Question

The number of solutions of \[{x_1} + {x_2} + {x_3} = 51\]( \[\left( {{x_1},{x_2},{x_3}} \right)\] being odd natural numbers) is

A.\[300\]

B.\[325\]

C.\[330\]

D.\[350\]

Answer 1

Hint: Let the odd natural number be in the forms of \[2a + 1,2b + 1,2c + 1\], where a, b, c are the natural numbers. Hence, we can change \[\left( {{x_1},{x_2},{x_3}} \right)\] variables with the above formed variables.
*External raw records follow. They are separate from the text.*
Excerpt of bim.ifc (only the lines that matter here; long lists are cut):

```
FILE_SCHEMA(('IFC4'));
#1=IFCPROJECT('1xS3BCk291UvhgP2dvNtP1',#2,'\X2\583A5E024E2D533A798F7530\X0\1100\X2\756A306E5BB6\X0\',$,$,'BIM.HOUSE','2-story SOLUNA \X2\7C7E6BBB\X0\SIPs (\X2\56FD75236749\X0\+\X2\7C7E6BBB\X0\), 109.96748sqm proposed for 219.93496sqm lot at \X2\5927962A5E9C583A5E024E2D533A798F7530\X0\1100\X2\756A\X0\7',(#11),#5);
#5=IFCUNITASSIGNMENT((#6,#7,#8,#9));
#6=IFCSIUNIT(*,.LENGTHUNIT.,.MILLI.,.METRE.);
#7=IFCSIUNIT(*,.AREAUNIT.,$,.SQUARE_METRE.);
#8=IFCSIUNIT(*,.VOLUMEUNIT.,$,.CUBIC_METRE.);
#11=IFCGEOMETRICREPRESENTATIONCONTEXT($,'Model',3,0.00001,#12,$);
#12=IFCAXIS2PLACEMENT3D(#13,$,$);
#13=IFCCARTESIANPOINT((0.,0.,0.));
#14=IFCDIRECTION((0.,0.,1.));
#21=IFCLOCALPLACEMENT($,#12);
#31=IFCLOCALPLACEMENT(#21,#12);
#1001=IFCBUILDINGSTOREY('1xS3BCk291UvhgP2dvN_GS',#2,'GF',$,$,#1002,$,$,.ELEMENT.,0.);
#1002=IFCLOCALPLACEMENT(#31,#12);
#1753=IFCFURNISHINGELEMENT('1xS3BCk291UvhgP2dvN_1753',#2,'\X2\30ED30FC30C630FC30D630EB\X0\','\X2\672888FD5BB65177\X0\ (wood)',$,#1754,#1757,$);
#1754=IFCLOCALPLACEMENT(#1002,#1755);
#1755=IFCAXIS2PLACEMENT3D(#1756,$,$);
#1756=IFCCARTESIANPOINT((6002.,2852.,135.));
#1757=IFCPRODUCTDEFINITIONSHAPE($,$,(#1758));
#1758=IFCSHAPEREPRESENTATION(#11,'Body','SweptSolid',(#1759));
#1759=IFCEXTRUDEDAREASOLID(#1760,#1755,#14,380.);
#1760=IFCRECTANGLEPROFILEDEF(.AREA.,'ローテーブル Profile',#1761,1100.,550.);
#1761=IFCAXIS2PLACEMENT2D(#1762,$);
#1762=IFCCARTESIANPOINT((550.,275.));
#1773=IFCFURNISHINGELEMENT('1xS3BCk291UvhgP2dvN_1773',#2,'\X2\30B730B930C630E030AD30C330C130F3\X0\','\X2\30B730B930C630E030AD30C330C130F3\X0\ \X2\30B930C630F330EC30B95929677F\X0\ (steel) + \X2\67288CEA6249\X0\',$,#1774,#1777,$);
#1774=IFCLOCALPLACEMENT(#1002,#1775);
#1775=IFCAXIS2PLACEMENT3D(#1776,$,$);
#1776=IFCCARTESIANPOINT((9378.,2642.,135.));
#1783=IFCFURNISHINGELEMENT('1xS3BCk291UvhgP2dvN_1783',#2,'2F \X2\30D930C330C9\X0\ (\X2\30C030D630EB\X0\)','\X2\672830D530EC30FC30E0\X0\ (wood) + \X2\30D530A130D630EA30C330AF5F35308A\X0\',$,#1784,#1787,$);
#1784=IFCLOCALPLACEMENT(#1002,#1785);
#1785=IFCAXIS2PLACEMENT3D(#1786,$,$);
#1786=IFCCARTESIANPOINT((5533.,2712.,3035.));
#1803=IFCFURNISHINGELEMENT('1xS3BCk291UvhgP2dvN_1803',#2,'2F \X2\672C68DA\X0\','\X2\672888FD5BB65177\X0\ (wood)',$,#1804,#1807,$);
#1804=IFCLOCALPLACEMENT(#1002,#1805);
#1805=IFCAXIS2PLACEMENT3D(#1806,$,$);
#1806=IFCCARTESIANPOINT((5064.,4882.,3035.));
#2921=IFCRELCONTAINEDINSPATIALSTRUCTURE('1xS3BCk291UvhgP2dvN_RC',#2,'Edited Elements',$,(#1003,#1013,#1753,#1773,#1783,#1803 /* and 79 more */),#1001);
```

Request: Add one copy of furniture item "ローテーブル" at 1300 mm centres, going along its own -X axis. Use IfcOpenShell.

```python
import ifcopenshell
import ifcopenshell.api.geometry
import ifcopenshell.api.root
import ifcopenshell.util.element
import ifcopenshell.util.placement

model = ifcopenshell.open("bim.ifc")


def reuse_history(source, copy):
    """copy_class also copies each property set's owner history, people and application; keep the originals."""
    for rel in copy.IsDefinedBy:
        if rel.is_a("IfcRelDefinesByProperties") and (history := rel.RelatingPropertyDefinition.OwnerHistory):
            rel.RelatingPropertyDefinition.OwnerHistory = source.OwnerHistory
            ifcopenshell.util.element.remove_deep2(model, history)


source = model.by_guid("1xS3BCk291UvhgP2dvN_1753")
base = ifcopenshell.util.placement.get_local_placement(source.ObjectPlacement)
step = -base[:3, 0] * 1300.0

for i in range(1, 2):
    copy = ifcopenshell.api.root.copy_class(model, product=source)
    copy.Representation = ifcopenshell.util.element.copy_deep(
        model, source.Representation, exclude=["IfcGeometricRepresentationContext", "IfcRepresentationMap"]
    )
    reuse_history(source, copy)
    matrix = base.copy()
    matrix[:3, 3] += i * step
    print("added at", matrix[:3, 3].round(3) + 0.0)
    ifcopenshell.api.geometry.edit_object_placement(model, product=copy, matrix=matrix, is_si=False)

model.write("bim_rev.ifc")
```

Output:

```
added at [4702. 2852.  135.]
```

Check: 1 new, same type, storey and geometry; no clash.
And hence we can apply the concept of permutation and combination as when r things are to be distributed among n particular persons then the formula applied is \[^{n + r - 1}{C_{r - 1}}\]. Hence, finally expand the value of \[^{n + r - 1}{C_{r - 1}}\]by using the formula of \[^n{C_r} = \dfrac{{n!}}{{r!\left( {n - r} \right)!}}\].
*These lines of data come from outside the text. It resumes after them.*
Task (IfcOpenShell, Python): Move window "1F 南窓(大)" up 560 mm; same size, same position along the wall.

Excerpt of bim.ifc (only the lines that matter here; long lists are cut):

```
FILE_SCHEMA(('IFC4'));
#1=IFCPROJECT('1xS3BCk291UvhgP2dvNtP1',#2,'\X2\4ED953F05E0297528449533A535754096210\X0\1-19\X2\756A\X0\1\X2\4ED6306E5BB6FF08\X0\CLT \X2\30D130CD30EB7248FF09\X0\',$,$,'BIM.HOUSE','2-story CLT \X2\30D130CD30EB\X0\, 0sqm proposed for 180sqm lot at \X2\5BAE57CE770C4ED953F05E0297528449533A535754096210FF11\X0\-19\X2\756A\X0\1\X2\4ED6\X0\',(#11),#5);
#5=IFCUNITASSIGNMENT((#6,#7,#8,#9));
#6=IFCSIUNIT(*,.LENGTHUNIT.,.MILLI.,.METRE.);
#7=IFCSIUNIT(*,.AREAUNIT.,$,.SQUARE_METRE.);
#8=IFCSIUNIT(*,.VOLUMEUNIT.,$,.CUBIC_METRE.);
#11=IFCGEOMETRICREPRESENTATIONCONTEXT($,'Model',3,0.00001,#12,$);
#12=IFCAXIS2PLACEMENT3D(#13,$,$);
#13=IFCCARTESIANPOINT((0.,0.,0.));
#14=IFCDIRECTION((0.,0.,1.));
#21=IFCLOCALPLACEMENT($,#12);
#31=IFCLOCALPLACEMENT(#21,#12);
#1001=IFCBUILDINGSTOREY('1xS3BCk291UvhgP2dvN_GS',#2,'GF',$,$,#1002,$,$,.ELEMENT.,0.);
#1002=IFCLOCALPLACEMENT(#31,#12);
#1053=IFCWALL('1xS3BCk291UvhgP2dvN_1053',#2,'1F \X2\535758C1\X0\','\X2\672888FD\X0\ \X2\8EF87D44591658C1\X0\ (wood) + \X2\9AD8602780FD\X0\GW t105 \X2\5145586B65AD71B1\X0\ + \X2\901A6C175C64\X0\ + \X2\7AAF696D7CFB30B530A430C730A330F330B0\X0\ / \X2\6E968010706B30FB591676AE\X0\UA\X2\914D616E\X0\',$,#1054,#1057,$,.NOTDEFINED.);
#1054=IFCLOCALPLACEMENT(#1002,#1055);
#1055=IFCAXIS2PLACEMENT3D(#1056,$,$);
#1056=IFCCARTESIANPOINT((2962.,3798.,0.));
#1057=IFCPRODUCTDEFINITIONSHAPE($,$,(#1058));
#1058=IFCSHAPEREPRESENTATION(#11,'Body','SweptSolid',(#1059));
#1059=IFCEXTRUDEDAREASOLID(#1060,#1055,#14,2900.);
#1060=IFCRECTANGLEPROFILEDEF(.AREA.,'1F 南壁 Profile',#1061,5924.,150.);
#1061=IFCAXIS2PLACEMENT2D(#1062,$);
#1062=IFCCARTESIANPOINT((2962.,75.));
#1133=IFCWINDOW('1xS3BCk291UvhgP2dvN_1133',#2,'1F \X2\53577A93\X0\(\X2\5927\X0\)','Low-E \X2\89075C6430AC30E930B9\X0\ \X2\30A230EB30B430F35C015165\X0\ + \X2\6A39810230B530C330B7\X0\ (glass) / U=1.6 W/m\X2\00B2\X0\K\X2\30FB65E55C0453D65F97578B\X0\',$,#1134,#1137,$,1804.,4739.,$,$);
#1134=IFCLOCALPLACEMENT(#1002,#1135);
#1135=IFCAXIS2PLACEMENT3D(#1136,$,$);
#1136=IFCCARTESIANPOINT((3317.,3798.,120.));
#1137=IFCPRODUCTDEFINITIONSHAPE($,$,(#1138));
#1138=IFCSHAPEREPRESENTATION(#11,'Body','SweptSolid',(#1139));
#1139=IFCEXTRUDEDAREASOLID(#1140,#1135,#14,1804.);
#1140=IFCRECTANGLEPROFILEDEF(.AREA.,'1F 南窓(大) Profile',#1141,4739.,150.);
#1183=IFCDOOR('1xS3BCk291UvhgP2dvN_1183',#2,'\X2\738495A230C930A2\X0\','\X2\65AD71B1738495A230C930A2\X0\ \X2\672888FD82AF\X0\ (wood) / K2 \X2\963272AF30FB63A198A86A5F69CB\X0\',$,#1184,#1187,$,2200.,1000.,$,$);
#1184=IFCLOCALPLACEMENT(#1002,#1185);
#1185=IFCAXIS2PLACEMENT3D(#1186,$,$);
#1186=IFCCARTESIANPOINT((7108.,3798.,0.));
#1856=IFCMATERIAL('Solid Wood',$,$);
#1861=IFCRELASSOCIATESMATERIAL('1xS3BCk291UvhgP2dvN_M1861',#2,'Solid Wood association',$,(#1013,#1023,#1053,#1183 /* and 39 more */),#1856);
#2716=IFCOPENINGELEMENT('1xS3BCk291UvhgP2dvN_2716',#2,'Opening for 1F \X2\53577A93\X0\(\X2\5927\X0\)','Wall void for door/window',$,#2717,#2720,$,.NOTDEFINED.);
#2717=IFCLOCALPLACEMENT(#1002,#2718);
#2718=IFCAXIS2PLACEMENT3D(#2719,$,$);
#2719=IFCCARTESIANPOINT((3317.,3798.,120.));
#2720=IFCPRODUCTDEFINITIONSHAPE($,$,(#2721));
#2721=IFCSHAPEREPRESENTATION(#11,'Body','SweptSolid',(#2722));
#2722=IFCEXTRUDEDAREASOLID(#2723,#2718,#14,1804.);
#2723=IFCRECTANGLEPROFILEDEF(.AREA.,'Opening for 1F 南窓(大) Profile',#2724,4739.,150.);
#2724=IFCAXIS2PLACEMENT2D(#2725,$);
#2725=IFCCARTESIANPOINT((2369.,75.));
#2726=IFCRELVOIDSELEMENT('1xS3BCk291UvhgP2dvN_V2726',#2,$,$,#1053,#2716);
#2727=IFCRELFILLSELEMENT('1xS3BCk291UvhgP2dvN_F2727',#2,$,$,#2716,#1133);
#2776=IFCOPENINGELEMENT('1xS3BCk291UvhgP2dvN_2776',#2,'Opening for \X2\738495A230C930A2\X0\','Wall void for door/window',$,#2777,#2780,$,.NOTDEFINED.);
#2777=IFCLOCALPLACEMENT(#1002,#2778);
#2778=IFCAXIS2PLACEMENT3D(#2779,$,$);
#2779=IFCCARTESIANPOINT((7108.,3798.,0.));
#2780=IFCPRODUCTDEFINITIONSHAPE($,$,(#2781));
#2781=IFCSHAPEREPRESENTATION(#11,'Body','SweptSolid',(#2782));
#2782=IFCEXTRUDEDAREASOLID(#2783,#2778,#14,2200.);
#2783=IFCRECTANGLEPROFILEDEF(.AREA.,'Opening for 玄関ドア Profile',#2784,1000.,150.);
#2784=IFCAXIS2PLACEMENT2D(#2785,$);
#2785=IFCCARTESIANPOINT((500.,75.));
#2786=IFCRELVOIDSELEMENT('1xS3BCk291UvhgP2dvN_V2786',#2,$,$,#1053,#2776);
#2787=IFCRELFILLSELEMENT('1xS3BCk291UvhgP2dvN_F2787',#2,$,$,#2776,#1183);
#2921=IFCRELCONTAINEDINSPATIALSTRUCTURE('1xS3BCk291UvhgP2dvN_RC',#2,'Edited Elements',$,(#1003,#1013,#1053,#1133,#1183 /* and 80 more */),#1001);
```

```python
import numpy as np
import ifcopenshell
import ifcopenshell.api.geometry
import ifcopenshell.util.placement
import ifcopenshell.util.unit

model = ifcopenshell.open("bim.ifc")
unit_scale = ifcopenshell.util.unit.calculate_unit_scale(model)

window = model.by_guid("1xS3BCk291UvhgP2dvN_1133")
opening = window.FillsVoids[0].RelatingOpeningElement
dz = 0.56 / unit_scale

shift = np.array([0.0, 0.0, dz])
# The window is not placed relative to its opening, so move both.
for product in (opening, window):
    matrix = ifcopenshell.util.placement.get_local_placement(product.ObjectPlacement)
    matrix[:3, 3] += shift
    ifcopenshell.api.geometry.edit_object_placement(model, product=product, matrix=matrix, is_si=False)

print(f"moved by {dz * unit_scale:+.3f} m")

model.write("bim_edited.ifc")
```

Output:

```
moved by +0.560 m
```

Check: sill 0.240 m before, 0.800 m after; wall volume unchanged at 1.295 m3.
Complete step-by-step answer:
As per the given, the equation is \[{x_1} + {x_2} + {x_3} = 51\]( \[\left( {{x_1},{x_2},{x_3}} \right)\] being odd natural numbers)
Let the odd numbers be \[2a + 1,2b + 1,2c + 1\], respectively.
Substituting the values of all the odd numbers in \[{x_1} + {x_2} + {x_3} = 51\] equation as
\[ \Rightarrow 2a + 1 + 2b + 1 + 2c + 1 = 51\]
On simplifying the equation,
\[ \Rightarrow 2a + 2b + 2c = 48\]
Now on dividing the equation by 2 and on simplifying the above equation we get,
\[a + b + c = \dfrac{{48}}{2} = 24\]
Now, as we know have to distribute \[24\] things among \[3\] particulars quantities,
So now applying the concept that when r things is to be distributed among n particular persons then the formula applied is \[^{n + r - 1}{C_{r - 1}}\]. So here \[n = 24,r = 3\]
On substituting the value, in the above equation, we get,
\[{ \Rightarrow ^{24 + 3 - 1}}{C_{3 - 1}}{ = ^{26}}{C_2}\]
So, on expanding the above expression using the formula of \[^n{C_r} = \dfrac{{n!}}{{r!\left( {n - r} \right)!}}\],
\[{ \Rightarrow ^{26}}{C_2} = \dfrac{{26!}}{{2!\left( {24} \right)!}}\]
Hence, on simplifying we get,
\[{ \Rightarrow ^{26}}{C_2}\]\[ = \dfrac{{26 \times 25 \times 24!}}{{2!\left( {24} \right)!}}\]
On cancellation of common terms we get,

\[{ \Rightarrow ^{26}}{C_2}\]\[ = \dfrac{{26 \times 25}}{2}\]
On further simplification we get,
\[{ \Rightarrow ^{26}}{C_2}\]\[ = 13 \times 25\]
On multiplication we get,
\[{ \Rightarrow ^{26}}{C_2}\]\[ = 325\]
Hence the number of solutions of \[{x_1} + {x_2} + {x_3} = 51\] where \[\left( {{x_1},{x_2},{x_3}} \right)\] being odd natural numbers, are \[325\].
Hence, option (B) is our correct answer.

Note: Number of ways in which n identical things can be divided into r groups, if blank groups are allowed (here groups are numbered, i.e., distinct)
\[ = \]Number of ways in which n identical things can be distributed among r persons, each one of them can receive \[0,1,2\] or more items
\[{ = ^{n + r - 1}}{C_{r - 1}}\]
Hence, remember the expansion of formula and calculate the equation properly.